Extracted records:
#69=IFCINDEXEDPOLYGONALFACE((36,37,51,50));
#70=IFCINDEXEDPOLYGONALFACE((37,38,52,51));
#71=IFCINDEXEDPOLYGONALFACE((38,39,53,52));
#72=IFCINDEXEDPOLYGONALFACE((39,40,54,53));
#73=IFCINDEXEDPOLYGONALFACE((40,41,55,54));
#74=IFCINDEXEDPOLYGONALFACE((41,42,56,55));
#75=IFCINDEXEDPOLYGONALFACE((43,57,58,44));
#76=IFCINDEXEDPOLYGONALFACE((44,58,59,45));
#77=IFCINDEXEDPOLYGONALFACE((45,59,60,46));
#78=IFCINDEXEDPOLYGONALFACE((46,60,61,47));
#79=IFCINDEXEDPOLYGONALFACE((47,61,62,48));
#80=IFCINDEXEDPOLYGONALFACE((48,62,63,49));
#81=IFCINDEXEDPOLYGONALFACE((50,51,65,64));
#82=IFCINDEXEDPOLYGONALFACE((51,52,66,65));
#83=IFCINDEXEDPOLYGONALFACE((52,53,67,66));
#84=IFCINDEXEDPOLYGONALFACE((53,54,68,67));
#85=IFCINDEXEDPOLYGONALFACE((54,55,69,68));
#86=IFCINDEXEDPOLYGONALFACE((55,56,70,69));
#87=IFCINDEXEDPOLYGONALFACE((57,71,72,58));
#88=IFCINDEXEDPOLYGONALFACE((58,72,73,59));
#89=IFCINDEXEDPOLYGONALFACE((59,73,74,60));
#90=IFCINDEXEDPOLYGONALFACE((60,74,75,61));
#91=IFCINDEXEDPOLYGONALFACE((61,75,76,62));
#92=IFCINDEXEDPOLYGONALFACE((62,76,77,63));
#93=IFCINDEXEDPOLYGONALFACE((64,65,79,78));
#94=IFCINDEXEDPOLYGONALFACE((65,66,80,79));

...

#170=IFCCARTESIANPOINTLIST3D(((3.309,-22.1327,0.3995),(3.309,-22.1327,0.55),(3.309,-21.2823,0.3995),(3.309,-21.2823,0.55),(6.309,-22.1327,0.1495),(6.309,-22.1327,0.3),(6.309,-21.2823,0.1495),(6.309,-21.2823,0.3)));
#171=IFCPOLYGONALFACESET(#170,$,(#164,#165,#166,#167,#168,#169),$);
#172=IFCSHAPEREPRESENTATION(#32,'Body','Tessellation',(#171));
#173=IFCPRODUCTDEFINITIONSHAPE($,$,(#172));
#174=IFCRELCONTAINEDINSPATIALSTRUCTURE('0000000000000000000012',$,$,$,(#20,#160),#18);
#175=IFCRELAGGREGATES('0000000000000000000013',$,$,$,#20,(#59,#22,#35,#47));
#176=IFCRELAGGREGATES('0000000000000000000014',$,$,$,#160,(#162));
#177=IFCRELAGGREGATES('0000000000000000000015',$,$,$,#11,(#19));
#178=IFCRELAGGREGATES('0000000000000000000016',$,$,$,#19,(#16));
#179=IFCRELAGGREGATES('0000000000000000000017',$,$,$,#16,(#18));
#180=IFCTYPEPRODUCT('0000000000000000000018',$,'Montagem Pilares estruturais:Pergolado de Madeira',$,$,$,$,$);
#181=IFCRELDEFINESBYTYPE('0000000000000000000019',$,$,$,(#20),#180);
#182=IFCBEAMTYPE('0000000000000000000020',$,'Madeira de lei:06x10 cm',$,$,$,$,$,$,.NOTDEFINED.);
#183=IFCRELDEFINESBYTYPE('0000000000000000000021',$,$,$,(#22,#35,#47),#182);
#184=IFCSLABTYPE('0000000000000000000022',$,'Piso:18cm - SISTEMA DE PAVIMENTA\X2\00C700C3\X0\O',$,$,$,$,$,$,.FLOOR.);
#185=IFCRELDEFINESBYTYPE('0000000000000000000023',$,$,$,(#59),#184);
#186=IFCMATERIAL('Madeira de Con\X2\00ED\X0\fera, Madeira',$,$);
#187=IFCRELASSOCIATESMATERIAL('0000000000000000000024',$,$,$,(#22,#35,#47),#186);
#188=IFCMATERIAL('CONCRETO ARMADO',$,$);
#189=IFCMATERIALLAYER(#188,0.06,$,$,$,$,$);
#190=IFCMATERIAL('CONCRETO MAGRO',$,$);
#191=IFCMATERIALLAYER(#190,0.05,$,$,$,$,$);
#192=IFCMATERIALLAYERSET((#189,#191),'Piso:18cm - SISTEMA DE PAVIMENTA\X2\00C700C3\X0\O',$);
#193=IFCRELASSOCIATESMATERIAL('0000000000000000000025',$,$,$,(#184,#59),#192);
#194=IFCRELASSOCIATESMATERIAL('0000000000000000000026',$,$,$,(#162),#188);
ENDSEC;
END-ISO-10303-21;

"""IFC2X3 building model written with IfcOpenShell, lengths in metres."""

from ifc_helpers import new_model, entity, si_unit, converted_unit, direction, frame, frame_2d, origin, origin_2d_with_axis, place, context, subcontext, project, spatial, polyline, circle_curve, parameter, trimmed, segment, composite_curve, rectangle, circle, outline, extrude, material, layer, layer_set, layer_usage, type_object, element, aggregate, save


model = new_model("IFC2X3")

### Task to complete
Show every line of the entries above where the word "IFCRELDEFINESBYTYPE" occurs.

### Answer to the exercise
#181=IFCRELDEFINESBYTYPE('0000000000000000000019',$,$,$,(#20),#180);
#183=IFCRELDEFINESBYTYPE('0000000000000000000021',$,$,$,(#22,#35,#47),#182);
#185=IFCRELDEFINESBYTYPE('0000000000000000000023',$,$,$,(#59),#184);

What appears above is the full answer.